The Étang de Balistra is in the commune of Bonifacio.
It is separated from the northwest angle of the Golfe de Sant Amanza by the Plage de Balistra, a beach.
It is fed by the Ruisseau de Francolu.
It lies between the T10 highway and the sea.
The lagoon has an area of 24.25 ha.
It has an average depth of 1.7 m and a greatest depth of 4 m.
There are some meadows with a few cows to the northwest of the lagoon, and a firing range belonging to the Bonifacio military legion to the south.
The lido (sand bar) is used by campers who access it from a track to the south of the lagoon.
The lagoon is privately owned, and the owners do not appear to manage it.

==Environment==

The pool is surrounded by maquis shrubland that descends to the edge of the water.
In some places there is a narrow belt of spiny rush (Juncus acutus), sea rush (Juncus maritimus) and wheatgrass (Agropyron) between the shrubs and the water, and in the small coves.
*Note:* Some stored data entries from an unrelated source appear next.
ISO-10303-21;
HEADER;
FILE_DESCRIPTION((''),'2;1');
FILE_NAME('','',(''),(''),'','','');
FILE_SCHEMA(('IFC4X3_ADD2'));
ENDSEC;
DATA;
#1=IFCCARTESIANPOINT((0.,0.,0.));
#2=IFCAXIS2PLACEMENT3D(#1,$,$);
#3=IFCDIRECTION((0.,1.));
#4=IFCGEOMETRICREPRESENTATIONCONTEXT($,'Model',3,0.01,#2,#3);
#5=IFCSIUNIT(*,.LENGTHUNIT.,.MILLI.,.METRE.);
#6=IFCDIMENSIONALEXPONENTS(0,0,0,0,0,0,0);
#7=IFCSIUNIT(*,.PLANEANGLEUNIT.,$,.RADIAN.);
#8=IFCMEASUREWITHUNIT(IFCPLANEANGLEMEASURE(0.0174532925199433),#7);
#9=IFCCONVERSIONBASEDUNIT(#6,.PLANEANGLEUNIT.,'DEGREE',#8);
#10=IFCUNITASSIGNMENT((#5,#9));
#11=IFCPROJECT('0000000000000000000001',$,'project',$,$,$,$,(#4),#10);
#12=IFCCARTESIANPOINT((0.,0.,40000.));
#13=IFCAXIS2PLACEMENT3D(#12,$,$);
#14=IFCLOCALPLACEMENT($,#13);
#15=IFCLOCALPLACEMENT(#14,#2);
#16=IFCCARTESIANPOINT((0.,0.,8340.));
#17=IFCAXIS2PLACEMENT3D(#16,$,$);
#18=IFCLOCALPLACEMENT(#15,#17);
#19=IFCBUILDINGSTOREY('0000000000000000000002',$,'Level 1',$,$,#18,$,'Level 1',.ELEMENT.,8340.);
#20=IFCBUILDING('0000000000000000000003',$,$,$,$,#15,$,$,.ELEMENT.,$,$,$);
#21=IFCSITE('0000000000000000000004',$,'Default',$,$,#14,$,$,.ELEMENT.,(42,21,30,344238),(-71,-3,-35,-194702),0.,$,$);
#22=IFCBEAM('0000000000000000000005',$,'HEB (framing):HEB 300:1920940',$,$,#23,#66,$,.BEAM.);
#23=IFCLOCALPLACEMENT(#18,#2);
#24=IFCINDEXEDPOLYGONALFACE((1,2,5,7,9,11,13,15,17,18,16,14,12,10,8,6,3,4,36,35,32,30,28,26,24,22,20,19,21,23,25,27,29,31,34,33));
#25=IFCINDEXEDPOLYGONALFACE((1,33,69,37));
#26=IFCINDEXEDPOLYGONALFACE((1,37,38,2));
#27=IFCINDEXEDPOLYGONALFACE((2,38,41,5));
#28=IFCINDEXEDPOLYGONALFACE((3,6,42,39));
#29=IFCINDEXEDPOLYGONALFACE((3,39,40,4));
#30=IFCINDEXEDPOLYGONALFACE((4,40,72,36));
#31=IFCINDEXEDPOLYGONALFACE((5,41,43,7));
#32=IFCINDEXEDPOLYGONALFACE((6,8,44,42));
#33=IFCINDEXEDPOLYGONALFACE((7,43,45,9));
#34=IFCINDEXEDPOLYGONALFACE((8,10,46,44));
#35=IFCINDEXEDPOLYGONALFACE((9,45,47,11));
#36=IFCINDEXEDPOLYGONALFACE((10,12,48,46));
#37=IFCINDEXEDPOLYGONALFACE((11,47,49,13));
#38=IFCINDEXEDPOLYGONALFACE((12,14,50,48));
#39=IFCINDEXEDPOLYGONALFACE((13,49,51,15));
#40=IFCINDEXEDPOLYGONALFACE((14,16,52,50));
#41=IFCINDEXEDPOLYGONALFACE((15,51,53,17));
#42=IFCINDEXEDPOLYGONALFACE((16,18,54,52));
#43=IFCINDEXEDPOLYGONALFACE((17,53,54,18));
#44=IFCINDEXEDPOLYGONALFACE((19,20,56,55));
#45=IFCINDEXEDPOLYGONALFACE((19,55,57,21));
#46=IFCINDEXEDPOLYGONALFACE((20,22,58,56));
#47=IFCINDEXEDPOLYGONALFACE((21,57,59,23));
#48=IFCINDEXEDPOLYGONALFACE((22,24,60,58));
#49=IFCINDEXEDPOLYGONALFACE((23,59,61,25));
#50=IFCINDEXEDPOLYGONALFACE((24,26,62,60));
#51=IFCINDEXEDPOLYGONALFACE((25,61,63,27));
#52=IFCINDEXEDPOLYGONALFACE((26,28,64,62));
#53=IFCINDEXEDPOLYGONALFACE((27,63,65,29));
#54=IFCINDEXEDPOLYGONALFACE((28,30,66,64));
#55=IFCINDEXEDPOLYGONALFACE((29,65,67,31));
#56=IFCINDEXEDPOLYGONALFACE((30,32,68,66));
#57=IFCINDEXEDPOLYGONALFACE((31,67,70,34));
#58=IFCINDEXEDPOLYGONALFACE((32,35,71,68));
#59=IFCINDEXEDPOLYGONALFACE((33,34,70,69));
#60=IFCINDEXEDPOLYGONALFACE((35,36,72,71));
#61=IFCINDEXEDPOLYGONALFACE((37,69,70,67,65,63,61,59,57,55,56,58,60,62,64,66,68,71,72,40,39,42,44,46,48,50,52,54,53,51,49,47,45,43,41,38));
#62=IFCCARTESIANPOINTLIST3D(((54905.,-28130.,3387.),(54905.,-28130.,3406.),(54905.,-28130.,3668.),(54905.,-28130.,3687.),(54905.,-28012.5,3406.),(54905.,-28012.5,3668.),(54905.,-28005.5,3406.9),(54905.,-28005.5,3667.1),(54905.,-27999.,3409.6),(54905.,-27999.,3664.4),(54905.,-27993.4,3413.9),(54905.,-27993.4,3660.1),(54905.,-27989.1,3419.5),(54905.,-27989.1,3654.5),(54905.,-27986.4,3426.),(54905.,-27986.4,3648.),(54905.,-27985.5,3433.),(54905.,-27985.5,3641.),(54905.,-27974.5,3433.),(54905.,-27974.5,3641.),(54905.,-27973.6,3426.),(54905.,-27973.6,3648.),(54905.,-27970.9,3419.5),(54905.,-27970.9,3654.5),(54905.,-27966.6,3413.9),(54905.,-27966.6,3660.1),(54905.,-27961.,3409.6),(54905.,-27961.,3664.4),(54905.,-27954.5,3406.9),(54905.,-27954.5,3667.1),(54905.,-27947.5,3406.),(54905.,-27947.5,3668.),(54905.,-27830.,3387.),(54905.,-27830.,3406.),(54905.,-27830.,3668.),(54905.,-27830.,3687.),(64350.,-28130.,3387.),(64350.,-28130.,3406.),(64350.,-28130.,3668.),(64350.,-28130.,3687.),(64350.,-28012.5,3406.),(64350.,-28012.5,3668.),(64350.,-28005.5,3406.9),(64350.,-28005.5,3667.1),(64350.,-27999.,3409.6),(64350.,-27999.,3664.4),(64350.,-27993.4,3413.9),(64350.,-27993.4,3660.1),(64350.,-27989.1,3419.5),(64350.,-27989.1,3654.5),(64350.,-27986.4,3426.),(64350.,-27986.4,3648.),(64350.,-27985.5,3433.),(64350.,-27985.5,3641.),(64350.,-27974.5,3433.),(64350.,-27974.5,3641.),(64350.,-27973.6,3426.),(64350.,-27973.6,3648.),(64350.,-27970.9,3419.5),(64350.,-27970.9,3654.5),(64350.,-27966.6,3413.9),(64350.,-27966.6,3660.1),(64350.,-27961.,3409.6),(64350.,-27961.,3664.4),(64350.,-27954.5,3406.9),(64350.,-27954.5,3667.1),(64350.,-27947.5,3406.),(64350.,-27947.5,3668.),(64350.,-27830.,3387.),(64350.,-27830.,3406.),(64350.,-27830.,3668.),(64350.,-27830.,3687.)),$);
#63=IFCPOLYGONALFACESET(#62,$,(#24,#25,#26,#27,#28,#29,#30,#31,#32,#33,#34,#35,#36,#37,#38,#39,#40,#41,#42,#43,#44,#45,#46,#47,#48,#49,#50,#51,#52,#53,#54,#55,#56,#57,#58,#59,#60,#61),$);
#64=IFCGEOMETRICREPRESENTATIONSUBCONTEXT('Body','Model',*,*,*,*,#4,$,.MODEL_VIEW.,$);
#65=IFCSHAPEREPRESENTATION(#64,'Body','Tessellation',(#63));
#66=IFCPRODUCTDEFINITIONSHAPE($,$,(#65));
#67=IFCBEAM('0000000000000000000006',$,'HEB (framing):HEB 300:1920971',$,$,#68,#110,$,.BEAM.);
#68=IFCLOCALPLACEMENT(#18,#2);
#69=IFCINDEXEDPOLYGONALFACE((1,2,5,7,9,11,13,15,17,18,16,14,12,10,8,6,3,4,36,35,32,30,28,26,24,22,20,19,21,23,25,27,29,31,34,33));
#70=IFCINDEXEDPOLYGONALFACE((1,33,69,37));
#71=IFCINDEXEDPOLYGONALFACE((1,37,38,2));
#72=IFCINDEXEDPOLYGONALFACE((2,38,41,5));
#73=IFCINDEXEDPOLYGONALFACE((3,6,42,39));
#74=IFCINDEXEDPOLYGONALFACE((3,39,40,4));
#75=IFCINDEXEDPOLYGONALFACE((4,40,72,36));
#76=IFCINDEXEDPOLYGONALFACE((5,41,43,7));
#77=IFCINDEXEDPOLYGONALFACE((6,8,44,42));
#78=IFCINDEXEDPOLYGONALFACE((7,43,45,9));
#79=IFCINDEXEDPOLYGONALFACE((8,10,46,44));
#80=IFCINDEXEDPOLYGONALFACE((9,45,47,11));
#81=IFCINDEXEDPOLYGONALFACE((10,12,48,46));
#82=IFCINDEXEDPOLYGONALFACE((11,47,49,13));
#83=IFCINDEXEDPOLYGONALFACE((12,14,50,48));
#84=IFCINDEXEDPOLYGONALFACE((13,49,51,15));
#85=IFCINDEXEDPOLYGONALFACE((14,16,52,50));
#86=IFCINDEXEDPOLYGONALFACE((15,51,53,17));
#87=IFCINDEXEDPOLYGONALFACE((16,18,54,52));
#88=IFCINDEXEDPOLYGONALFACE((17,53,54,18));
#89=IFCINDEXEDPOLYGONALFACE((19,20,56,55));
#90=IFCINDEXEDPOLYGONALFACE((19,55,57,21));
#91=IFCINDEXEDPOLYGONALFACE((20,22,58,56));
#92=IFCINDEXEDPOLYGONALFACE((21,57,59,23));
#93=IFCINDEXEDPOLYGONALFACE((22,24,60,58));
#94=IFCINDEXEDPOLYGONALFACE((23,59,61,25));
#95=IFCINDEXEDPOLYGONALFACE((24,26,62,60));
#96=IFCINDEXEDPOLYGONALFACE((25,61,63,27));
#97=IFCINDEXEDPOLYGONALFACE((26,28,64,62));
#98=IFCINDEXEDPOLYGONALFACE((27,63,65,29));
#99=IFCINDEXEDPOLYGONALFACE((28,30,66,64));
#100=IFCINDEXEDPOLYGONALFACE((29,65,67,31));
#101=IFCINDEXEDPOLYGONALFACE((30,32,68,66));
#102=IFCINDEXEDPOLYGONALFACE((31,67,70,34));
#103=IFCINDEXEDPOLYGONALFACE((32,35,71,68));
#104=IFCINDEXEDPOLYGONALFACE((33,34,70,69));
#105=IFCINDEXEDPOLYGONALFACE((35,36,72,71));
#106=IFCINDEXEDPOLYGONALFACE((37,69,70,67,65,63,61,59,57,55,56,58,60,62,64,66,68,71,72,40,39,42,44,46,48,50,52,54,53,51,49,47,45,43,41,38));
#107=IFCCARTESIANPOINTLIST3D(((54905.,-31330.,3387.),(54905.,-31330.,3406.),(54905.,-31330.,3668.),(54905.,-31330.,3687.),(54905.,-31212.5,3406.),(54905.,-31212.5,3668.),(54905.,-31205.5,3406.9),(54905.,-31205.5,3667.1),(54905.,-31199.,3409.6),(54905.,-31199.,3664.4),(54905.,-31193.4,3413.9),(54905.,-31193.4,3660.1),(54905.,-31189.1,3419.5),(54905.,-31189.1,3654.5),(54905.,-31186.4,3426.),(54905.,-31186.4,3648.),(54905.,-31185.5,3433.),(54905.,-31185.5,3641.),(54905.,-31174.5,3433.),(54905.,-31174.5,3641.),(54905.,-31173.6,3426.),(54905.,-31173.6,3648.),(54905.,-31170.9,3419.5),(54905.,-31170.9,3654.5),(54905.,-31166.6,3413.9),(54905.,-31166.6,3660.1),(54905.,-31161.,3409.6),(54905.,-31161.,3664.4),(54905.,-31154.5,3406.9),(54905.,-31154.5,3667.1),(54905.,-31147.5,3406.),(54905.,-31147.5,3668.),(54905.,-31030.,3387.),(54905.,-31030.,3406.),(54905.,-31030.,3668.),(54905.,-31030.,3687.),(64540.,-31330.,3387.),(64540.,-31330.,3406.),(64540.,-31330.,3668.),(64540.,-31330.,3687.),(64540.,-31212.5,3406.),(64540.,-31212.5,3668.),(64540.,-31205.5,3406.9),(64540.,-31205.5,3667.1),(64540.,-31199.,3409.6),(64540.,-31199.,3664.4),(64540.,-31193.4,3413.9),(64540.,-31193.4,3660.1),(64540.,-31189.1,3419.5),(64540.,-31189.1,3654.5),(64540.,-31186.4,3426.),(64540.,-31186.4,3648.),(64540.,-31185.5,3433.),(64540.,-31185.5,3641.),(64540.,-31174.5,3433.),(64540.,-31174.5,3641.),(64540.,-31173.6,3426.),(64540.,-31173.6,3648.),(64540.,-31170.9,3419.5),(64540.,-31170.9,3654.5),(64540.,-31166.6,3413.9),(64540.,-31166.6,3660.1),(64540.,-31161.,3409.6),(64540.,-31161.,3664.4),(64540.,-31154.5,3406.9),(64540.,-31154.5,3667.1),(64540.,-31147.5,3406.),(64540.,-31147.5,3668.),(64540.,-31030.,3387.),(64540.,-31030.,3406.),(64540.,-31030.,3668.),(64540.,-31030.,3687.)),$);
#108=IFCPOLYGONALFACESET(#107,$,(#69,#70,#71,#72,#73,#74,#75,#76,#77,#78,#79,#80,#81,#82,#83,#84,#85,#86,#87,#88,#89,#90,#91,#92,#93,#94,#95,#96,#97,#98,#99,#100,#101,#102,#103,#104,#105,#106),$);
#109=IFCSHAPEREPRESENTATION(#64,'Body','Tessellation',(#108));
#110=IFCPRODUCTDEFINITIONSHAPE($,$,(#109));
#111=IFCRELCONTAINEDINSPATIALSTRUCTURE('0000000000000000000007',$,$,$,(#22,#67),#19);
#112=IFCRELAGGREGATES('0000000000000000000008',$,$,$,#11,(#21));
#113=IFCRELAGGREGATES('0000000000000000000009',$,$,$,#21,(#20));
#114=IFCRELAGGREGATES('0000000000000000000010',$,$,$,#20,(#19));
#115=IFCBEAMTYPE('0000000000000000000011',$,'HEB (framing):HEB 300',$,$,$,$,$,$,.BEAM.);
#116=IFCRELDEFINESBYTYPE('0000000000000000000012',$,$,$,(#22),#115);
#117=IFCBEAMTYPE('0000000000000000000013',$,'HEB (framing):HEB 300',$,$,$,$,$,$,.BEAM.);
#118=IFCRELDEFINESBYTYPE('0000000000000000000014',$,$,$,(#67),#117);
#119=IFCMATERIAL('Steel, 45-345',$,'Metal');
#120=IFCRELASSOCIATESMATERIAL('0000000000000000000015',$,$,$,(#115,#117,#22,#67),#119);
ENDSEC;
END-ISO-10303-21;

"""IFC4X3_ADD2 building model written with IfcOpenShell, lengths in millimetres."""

from ifc_helpers import new_model, entity, si_unit, converted_unit, direction, frame, frame_2d, origin, place, context, subcontext, project, spatial, polyline, circle_curve, parameter, trimmed, segment, composite_curve, outline, extrude, source, transform, mapped, material, material_profile, profile_set, profile_usage, type_object, type_shapes, element, save


model = new_model("IFC4X3_ADD2")

# Units and contexts
model_context = context("Model", 3, precision=0.01, world=origin(), true_north=direction((0.0, 1.0)))
body_context = subcontext(model_context, "Body", "Model", "MODEL_VIEW")
ifc_project = project(units=[si_unit("LENGTHUNIT", "METRE", prefix="MILLI"), converted_unit("PLANEANGLEUNIT", "DEGREE", entity("IfcPlaneAngleMeasure", 0.0174532925199433), si_unit("PLANEANGLEUNIT", "RADIAN"), dimensions=[0, 0, 0, 0, 0, 0, 0])], contexts=[model_context])

# Site, building, storey
site_placement = place(None, frame((0.0, 0.0, 40000.0)))
site = spatial("IfcSite", under=ifc_project, at=site_placement, Name="Default", CompositionType="ELEMENT", RefLatitude=(42, 21, 30, 344238), RefLongitude=(-71, -3, -35, -194702), RefElevation=0.0)
building_placement = place(site_placement, origin())
building = spatial("IfcBuilding", under=site, at=building_placement, CompositionType="ELEMENT")
storey_placement = place(building_placement, frame((0.0, 0.0, 8340.0)))
storey = spatial("IfcBuildingStorey", under=building, at=storey_placement, Name="Level 1", LongName="Level 1", CompositionType="ELEMENT", Elevation=8340.0)

# Shared definitions
ifc_material_1 = material(Name="Steel, 45-345", Category="Metal")
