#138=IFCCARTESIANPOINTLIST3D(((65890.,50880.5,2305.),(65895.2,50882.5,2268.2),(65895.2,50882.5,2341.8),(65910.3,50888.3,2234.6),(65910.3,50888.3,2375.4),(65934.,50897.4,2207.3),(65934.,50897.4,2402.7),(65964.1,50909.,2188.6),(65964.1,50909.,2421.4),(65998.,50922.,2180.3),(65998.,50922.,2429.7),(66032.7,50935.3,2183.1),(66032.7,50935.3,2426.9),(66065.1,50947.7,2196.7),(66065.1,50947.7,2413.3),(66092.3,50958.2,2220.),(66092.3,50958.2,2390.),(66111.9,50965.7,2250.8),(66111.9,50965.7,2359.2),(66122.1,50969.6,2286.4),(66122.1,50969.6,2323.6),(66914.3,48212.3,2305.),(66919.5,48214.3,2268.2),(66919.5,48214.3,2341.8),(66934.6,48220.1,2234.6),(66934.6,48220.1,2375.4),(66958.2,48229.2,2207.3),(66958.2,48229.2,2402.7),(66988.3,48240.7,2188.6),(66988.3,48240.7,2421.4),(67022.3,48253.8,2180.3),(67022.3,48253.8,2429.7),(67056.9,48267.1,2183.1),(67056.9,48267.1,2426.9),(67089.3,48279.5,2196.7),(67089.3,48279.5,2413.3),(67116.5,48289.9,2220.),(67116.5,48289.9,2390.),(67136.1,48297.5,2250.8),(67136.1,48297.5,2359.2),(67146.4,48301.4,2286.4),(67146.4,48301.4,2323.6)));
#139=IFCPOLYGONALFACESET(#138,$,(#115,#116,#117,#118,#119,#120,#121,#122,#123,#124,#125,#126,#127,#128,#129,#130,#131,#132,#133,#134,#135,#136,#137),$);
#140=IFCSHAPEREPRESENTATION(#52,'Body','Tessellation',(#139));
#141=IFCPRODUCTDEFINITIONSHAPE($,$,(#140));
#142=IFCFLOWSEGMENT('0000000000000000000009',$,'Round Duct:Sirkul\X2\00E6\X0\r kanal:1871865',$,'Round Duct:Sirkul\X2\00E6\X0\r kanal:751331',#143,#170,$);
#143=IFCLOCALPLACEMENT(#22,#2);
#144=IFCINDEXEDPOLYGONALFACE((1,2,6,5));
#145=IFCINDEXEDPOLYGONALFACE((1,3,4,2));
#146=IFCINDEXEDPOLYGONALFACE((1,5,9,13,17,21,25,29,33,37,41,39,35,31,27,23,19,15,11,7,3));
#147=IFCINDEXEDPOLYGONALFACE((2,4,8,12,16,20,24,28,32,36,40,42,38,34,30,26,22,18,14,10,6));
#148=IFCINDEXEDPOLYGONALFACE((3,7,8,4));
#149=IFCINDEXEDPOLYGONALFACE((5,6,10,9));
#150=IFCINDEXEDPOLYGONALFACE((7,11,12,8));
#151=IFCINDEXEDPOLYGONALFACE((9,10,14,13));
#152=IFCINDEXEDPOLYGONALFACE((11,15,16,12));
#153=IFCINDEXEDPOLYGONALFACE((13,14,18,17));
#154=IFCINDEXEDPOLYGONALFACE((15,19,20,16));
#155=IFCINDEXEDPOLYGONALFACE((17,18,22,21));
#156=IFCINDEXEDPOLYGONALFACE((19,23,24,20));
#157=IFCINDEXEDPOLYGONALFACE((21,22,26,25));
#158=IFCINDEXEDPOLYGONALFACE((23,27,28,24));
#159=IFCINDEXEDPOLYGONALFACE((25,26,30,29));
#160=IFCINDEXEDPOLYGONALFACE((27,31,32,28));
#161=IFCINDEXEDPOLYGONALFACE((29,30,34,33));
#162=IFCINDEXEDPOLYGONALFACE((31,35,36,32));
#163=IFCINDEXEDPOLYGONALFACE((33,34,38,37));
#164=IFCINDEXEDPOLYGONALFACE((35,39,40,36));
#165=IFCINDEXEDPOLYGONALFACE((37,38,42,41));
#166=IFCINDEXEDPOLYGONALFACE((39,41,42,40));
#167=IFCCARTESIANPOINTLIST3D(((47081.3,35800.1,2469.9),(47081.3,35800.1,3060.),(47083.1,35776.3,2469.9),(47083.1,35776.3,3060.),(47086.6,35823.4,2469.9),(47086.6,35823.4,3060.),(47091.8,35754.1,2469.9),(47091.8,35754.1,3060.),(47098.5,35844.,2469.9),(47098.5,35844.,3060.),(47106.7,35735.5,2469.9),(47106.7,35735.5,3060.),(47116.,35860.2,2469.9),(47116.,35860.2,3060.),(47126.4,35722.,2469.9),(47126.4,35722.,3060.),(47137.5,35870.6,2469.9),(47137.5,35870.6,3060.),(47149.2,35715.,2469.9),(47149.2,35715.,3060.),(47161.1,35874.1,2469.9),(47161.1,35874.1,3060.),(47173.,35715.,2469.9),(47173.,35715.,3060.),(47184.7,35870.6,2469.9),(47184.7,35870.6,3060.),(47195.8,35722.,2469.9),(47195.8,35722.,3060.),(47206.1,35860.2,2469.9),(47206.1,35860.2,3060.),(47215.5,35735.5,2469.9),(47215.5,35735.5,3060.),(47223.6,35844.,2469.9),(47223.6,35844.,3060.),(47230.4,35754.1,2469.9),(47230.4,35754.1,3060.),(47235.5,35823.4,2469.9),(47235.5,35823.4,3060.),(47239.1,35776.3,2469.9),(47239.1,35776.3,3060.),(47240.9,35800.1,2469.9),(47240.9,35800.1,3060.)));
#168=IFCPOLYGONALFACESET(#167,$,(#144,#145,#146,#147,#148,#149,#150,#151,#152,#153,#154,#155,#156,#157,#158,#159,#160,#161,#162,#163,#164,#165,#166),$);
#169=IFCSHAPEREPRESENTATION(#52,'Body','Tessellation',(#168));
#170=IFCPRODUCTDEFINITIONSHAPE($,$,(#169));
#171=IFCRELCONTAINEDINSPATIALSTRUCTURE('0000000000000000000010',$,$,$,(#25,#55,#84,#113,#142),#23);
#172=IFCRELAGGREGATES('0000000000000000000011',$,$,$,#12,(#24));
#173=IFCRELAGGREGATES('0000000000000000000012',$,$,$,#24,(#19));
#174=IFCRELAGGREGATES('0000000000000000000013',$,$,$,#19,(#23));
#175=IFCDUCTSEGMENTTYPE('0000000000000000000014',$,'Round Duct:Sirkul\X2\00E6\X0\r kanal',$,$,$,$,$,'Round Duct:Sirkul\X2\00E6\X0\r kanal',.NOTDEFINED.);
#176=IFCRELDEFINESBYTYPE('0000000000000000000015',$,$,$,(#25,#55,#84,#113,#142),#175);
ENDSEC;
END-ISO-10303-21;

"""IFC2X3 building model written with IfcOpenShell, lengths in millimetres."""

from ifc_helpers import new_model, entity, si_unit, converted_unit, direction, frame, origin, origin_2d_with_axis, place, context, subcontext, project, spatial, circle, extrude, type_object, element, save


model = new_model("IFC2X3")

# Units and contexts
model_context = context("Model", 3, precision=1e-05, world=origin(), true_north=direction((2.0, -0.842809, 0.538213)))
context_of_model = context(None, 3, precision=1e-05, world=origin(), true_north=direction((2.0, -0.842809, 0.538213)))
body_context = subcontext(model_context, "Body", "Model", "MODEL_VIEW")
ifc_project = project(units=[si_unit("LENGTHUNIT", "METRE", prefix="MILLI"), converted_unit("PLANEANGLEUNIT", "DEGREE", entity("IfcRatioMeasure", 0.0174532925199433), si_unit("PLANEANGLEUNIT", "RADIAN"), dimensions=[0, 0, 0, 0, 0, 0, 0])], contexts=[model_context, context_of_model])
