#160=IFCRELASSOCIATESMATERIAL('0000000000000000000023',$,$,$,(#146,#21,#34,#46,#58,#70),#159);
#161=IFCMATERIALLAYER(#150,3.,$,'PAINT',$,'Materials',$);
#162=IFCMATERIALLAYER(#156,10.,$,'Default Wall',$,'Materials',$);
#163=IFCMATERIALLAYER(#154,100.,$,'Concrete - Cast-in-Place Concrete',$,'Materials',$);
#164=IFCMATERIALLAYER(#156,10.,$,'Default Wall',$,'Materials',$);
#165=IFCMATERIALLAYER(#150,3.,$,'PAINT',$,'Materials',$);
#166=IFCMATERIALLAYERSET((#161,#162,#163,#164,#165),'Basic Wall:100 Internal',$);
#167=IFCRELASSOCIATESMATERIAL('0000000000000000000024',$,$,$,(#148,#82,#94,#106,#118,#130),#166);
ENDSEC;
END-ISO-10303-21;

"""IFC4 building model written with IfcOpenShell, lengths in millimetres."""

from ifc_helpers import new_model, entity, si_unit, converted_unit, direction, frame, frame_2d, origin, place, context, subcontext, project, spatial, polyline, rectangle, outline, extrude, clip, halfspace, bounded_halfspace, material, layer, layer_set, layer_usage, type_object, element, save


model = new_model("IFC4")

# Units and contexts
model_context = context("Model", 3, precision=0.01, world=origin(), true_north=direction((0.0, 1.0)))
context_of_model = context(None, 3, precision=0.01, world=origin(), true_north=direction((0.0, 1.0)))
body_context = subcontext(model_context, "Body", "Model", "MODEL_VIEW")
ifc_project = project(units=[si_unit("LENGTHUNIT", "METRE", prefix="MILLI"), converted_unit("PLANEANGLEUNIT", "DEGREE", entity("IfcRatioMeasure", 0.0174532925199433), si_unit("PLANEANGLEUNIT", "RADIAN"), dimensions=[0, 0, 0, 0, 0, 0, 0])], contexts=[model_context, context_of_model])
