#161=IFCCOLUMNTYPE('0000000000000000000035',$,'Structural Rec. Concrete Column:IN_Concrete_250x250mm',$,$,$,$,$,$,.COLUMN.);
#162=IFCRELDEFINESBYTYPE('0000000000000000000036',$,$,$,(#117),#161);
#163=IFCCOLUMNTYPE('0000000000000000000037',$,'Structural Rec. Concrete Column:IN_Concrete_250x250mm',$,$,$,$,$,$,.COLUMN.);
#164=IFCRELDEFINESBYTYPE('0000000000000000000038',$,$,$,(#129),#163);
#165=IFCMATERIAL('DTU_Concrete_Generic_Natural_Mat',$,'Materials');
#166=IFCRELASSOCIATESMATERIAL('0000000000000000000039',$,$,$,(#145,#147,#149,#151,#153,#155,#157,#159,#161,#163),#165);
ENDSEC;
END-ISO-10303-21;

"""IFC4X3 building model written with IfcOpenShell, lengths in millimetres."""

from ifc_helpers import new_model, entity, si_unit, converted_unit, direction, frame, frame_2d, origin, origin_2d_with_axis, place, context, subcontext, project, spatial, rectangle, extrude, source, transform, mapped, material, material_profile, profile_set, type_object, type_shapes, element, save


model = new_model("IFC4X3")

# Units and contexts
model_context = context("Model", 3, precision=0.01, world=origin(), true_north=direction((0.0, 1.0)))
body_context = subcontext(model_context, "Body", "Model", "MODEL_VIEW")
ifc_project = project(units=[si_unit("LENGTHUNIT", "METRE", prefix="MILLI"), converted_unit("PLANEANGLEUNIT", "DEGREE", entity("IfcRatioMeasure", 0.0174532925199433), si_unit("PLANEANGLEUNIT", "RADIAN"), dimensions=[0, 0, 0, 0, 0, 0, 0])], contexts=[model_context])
The open water is used by great cormorants and great crested grebes, and sometimes by diving ducks.
At the foot of the lagoon, where the Ruisseau de Francolo enters through a swamp, there is an extensive sansouire (salt-tolerant grasses) mixed with spiny rush and sea rush.
Shorebirds frequent this area.
The dune has tufts of quackgrass (Elymus repens) and rushes.
There is a reed bed north of the grau where the lagoon drains into the sea.